Energy absorbers typically consist of packaged tear webbing. In the event of a fall, the forces on the energy absorber cause the webbing to tear apart. The tearing absorbs energy, which slows the fall of the worker and reduces the impact forces on the worker. The webbing is generally packaged in a bag made of fabric. A fabric bag is a simple solution to packaging the energy absorber. However, the fabric bag is susceptible to wear and tear and can expose the webbing to wear and tear as well. There is room for improvement in energy absorbers.
When a horizontal lifeline system is installed, an amount of pre-tension should be applied to hold the horizontal lifeline taut and prevent it from sagging. If the amount of tension applied is too low, the horizontal lifeline system will sag. It is important that a sufficient amount of tension be applied to a horizontal lifeline. However, it is also desirable to have a simple and cost effective manner of determining whether sufficient tension has been applied. There is room for improvement in determining the tension of horizontal lifelines.
These needs and others are met by embodiments of the disclosed concept in which a cover for an energy absorber includes four cover pieces that interlock together to form the cover.

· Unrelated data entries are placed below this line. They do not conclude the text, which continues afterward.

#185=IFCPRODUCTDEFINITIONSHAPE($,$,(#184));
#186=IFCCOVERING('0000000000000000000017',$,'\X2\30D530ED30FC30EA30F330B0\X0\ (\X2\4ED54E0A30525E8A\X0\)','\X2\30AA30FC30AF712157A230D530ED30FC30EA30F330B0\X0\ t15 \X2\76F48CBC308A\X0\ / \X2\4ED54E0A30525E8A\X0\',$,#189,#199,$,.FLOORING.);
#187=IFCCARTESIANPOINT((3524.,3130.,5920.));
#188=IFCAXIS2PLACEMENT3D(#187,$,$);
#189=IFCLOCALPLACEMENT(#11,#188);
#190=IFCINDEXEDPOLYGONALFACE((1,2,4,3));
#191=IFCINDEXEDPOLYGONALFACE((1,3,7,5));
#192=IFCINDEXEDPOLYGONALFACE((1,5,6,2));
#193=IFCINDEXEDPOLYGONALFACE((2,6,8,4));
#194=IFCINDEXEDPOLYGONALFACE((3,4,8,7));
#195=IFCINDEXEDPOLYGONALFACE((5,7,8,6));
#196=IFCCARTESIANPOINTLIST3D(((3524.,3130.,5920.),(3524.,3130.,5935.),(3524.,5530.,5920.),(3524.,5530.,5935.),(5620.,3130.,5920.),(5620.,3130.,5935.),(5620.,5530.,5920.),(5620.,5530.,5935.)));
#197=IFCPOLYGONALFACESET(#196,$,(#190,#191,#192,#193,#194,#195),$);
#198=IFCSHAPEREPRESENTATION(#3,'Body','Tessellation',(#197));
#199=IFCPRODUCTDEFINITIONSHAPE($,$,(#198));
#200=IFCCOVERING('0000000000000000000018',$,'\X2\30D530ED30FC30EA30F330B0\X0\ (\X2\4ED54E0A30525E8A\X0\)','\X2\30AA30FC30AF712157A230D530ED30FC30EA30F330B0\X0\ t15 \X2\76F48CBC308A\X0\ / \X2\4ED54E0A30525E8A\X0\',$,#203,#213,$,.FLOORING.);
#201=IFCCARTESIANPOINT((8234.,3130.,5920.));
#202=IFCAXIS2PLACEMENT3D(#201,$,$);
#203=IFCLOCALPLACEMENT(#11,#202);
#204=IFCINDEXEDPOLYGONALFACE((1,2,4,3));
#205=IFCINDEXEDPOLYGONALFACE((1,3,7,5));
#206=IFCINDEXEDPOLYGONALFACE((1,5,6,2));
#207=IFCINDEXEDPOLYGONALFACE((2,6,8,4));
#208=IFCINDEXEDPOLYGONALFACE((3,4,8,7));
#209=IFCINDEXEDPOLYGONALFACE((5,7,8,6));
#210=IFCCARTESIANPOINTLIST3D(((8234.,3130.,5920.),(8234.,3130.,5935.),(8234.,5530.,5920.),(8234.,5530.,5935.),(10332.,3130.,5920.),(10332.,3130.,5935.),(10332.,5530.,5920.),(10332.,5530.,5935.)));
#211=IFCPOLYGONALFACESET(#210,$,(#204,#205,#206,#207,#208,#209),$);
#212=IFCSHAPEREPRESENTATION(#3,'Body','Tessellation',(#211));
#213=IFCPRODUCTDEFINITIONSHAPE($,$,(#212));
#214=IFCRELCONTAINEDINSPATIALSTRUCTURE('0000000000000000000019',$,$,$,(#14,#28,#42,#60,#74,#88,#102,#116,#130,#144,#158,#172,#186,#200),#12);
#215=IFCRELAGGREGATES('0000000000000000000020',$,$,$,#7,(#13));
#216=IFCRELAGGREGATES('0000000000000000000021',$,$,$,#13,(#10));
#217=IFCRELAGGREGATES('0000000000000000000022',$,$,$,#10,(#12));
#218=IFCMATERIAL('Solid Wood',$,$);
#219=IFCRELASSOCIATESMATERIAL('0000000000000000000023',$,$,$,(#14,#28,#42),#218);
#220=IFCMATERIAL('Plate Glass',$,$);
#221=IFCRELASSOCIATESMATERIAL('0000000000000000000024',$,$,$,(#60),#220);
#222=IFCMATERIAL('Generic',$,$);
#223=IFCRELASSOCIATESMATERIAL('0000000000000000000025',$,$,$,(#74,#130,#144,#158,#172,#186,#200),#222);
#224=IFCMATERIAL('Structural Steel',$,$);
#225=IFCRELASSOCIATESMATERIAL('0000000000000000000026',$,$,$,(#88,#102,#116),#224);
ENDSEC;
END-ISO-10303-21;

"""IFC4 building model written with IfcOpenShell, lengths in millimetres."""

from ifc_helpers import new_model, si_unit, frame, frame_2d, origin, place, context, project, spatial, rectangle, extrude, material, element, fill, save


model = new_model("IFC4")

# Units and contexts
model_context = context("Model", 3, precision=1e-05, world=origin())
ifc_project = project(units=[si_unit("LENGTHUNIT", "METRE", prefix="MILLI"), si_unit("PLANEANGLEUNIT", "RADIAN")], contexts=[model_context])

In accordance with one aspect of the disclosed concept, a cover for an energy absorber for use in a horizontal lifeline system comprises: four cover pieces structured to interlock together to form the cover, each cover piece including: an interlocking section structured to slide into the interlocking section of another one of the cover pieces; a number of tabs; and a number of tab receivers, wherein the number of tabs are structured to snap together with the tab receivers of another one of the cover pieces and the number of tab receivers are structured to snap together with the tabs of another one of the cover pieces.

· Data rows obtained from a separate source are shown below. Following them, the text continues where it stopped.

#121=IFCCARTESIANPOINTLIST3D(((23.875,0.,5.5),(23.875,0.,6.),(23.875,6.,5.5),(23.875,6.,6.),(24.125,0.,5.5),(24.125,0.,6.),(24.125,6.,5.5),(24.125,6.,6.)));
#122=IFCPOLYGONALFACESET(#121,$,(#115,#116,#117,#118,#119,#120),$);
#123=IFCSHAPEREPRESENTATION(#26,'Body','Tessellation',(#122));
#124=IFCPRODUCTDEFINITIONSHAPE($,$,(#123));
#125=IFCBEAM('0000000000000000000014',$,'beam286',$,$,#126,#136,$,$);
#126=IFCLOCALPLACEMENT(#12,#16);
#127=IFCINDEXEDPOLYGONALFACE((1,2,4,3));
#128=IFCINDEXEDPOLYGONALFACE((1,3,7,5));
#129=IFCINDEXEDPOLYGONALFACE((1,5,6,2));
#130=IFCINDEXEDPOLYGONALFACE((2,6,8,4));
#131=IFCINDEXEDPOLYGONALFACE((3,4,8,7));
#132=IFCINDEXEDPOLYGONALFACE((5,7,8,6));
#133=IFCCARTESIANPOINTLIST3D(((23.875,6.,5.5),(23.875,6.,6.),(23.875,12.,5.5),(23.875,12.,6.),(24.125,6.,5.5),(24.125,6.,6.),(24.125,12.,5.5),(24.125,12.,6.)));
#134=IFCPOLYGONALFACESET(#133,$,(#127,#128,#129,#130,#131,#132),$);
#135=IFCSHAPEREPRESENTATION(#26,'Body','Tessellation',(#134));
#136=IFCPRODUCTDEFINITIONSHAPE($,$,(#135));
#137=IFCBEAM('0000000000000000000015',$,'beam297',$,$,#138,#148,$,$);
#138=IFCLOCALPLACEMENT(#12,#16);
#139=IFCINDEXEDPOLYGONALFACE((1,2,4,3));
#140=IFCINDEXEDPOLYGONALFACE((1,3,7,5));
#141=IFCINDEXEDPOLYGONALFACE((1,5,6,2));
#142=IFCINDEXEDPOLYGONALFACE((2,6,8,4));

In accordance with another aspect of the disclosed concept, a horizontal lifeline system comprises: a first termination arrangement structured to attach to a first anchor point; a second termination arrangement structured to attach to a second anchor point; a horizontal lifeline cable coupled to the first termination arrangement; an energy absorber coupled between the first and second termination arrangements, the energy absorber including webbing and a cover enclosing the webbing, the cover comprising: four cover pieces structured to interlock together to form the cover, each cover piece including: an interlocking section structured to slide into the interlocking section of another one of the cover pieces; a number of tabs; and a number of tab receivers, wherein the number of tabs are structured to snap together with the tab receivers of another one of the cover pieces and the number of tab receivers are structured to snap together with the tabs of another one of the cover pieces.
A full understanding of the disclosed concept can be gained from the following description of the preferred embodiments when read in conjunction with the accompanying drawings in which:
Directional phrases used herein, such as, for example, left, right, front, back, top, bottom and derivatives thereof, relate to the orientation of the elements shown in the drawings and are not limiting upon the claims unless expressly recited therein.
As employed herein, the statement that two or more parts are “coupled” together shall mean that the parts are joined together either directly or joined through one or more intermediate parts.
The horizontal lifeline system 10 includes termination arrangements 11,12 provided at each of its ends. The termination arrangements 11,12 are structured to attach to corresponding anchor points 4,5. The termination arrangements 11,12 may include, for example and without limitation, hooks, carabiners, rings, etc. While some examples of termination arrangements 11,12 have been provided, it will be appreciated by those having ordinary skill in the art that any suitable termination arrangements that are capable of attaching the horizontal lifeline system 10 to corresponding anchor points 4,5 may be employed without departing from the scope of the disclosed concept.
The horizontal lifeline system 10 further includes a tensioner 30 and a horizontal lifeline cable 20. The tensioner 30 and the horizontal lifeline cable 20 are disposed between the termination arrangements 11,12. One end of the tensioner 30 is attached to the horizontal lifeline cable 20. The tensioner 30 is coupled, either directly, or indirectly via one or more additional components, to one of the termination arrangements 12. The horizontal lifeline cable 20 is coupled, either directly, or indirectly via one or more additional components, to the other of the termination arrangements 11.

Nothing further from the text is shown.